Da 5 mila euro alla galera: la progressione delle sentenze. Sallusti da recidivo a incensurato. E il “dilemma” della condizionale. Ecco la genesi della condanna a 14 mesi di reclusione per diffamazione. Ma fu La Stampa a dare la notizia per prima, ma a Torino arrivò la rettifica.
L’articolo di Libero, oggetto del reato, firmato Dryfus e scritto da Renato Farina (il deputato del Pdl ha confessato solo qualche giorno fa) è del 18 febbraio. Il giorno prima lo stesso tema fu affrontato da un altro quotidiano: La Stampa. E il titolo non fu tanto diverso da quello di Libero: «Costretta ad abortire, impazzisce». Giuseppe Cocilovo, il giudice tutelare che permise (e non ordinò) l’aborto notò, all’inizio, solo il pezzo di Libero. E fu querela, datata il 17 aprile. Per La Stampa l’esposto arriverà un mese dopo, l’ultimo giorno utile. Ma il quotidiano torinese “se la cava bene”. Infatti, il 21 marzo su La Stampa è apparsa la rettifica del presidente del Tribunale di Torino, Mario Barbato: «Il giudice non ordina l’aborto». Ma a Libero non arriva niente. Sarebbe stato un modo veloce ed indolore per chiarire la vicenda. E invece no. Iniziano, quindi, le grane giudiziarie.
La Procura di Milano chiede il rinvio a giudizio per Sallusti, direttore responsabile, per omesso controllo e diffamazione aggravata; citato anche per Monticone, un collaboratore che riportò, col condizionale, la notizia del giorno prima de La Stampa. Il gup accoglie la richiesta. Già in primo grado si fa viva l’ipotesi della pena detentiva: il pm Marco Ghezzi chiede 2 anni di reclusione. Triste presagio. Poi il 26 gennaio il giudice Chiara Nobili sarà clemente. La diffamazione aggravata c’è. Ma per Sallusti e Monticone bastano rispettivamente 5 mila e 4 mila euro di multa. Finisce così il primo grado. Ma pochi giorni dopo inizia subito il secondo.
E c’è il ricorso del pm Ghezzi: «Il fatto è molto grave e merita una sanzione severa». Si unisce all’appello Cocilovo, il giudice tutelare diffamato.

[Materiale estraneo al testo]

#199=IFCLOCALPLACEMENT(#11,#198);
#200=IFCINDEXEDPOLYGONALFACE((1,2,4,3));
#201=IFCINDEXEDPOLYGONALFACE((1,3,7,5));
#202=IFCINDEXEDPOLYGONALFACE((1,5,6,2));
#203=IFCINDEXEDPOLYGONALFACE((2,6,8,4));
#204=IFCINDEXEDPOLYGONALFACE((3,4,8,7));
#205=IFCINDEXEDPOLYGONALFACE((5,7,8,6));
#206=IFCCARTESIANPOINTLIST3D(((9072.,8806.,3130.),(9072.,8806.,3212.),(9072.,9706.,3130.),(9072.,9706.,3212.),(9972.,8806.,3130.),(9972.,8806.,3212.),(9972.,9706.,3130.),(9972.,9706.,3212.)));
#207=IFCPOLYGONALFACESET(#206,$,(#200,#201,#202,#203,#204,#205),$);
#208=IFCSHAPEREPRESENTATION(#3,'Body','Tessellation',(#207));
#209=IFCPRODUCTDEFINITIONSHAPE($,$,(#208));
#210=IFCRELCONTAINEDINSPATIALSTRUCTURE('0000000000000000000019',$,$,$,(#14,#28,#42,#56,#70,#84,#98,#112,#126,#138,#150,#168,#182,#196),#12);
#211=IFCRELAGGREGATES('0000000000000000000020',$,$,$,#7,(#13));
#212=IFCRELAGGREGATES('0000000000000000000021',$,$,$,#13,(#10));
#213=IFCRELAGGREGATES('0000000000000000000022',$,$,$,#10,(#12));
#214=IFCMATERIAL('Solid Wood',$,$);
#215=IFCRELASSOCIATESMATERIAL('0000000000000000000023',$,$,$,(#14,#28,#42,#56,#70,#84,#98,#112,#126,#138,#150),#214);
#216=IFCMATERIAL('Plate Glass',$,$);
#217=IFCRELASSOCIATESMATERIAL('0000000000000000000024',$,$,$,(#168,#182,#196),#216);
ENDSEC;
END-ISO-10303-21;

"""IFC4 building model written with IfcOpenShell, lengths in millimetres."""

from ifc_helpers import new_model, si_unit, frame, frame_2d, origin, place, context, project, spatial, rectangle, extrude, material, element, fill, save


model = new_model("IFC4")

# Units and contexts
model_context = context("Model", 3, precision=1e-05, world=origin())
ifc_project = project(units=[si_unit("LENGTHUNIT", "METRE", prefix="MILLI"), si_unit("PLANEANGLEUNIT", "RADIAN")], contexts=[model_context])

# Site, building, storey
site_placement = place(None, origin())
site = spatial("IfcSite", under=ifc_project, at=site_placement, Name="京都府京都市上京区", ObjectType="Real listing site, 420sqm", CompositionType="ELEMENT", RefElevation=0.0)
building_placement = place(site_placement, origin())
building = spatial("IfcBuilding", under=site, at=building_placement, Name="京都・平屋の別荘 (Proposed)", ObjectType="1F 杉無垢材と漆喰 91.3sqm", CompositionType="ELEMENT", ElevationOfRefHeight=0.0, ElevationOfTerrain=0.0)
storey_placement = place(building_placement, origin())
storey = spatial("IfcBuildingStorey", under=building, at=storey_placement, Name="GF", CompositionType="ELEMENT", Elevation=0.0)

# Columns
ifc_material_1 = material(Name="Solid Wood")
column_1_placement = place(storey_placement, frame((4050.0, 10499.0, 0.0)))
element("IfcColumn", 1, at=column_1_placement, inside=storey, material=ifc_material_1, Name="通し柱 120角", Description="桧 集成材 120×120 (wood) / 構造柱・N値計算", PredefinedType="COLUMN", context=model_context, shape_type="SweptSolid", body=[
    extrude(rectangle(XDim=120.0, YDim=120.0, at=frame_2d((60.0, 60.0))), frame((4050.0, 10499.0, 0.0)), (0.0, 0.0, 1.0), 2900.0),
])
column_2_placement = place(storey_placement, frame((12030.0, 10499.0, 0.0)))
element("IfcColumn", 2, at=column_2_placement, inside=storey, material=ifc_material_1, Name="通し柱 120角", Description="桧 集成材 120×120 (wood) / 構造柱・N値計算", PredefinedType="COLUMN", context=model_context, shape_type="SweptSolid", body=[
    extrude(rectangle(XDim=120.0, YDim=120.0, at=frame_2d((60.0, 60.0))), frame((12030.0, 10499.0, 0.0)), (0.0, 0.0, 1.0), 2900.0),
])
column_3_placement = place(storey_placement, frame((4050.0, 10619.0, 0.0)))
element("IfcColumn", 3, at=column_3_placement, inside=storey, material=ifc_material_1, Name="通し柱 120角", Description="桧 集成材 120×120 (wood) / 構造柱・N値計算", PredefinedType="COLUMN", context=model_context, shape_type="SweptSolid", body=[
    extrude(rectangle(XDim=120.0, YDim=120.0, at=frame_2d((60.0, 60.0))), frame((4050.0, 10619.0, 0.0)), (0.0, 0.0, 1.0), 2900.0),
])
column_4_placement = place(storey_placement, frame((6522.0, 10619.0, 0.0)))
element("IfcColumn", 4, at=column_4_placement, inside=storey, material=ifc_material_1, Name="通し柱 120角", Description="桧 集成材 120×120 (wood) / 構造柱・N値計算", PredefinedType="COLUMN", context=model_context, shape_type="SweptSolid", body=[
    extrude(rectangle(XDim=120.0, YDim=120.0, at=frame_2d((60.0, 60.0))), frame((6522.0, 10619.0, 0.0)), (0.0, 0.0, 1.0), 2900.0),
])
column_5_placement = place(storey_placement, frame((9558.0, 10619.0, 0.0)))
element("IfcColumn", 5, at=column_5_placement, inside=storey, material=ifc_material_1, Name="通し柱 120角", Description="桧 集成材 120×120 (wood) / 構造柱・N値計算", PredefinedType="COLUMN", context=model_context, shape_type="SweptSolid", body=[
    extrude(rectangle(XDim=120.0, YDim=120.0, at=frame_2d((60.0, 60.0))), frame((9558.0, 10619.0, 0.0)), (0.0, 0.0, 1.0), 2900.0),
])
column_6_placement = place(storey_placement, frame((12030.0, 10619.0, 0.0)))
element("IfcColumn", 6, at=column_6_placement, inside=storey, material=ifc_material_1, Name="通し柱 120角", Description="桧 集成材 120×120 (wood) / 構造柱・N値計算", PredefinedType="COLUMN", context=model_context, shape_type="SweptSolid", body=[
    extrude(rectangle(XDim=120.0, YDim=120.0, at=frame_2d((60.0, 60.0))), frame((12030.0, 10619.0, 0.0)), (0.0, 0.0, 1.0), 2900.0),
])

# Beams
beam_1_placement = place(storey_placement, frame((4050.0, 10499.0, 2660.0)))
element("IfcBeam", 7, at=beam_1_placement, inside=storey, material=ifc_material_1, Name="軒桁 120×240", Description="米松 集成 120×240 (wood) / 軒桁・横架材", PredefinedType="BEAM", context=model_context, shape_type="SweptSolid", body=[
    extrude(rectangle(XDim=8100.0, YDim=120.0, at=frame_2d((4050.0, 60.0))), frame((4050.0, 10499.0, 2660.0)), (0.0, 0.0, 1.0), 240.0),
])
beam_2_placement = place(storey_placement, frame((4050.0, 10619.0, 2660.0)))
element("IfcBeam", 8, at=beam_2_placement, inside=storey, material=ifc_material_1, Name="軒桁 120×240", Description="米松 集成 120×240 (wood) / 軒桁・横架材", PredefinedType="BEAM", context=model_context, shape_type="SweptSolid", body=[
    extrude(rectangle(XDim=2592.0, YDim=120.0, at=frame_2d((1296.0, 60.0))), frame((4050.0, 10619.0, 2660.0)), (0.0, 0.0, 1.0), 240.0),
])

Per Cocilovo la Nobili sarebbe stata clemente per una «ritrosia del magistrato chiamato a decidere su un suo collega». In altre parole una pena più pesante avrebbe fatto pensare ad una sorta di difesa tra colleghi. E la Nobili accetta la critica: «Nell’applicare la pena è stata erroneamente omessa l’applicazione della pena detentiva». E questa arriva: per Sallusti ci sono 14 mesi di reclusione (il pm ne aveva chiesti 24); per Monticone ce n’è sono 12.
E poi c’è il cavillo della condizionale. A Sallusti viene negata. In effetti nella sentenza di primo grado, essendo stata inflitta una multa in denaro, non aveva senso chiedere la condizionale. Poi con l’inflizione della pena detentiva cambia tutto. La richiesta c’è. Ma viene negata in quanto Sallusti «non è incensurato» avendo «avuto riguardo alle numerose condanne da lui già riportate per reati della stessa indole». E quindi per i magistrato non è escluso che possa continuare a “delinquere”, essendo, inoltre un direttore di un giornale. Quindi in altre parole Sallusti deve andare per 14 mesi in galera.
E poi, mercoledì scorso è arrivata la Cassazione. Per Andrea Monticone ci sarà un altro processo. Per Sallusti la Suprema Corte ha confermato il reato di diffamazione. Tuttavia gli ermellino hanno sottolineato alcune incongruenze del processo: hanno considerato Sallusti non recidivo, non avendo cumuli di pene. Il contrario di ciò che è stato stabilito in Appello (quale è la verità?). Il Giornale (che ricordiamo è diretto dallo stesso Sallusti) ha precisato che agli atti c’è un «certificato penale in cui le uniche condanne non cancellate da amnistia e condono sono due multe di 300 e 200 euro». Tuttavia la condanna detentiva senza condizionale rimane. Ma la pena è sospesa per 30 giorni. Sallusti, in tale lasso di tempo, può chiedere le misure alternative. Ma il direttore ha già dichiarato che non lo farà. L’unico modo di evitare che un direttore di giornale vada in carcere è una modifica della legge. Ci sarà? E da tempo che si invoca, purtroppo solo quando “scoppia” lo scandalo.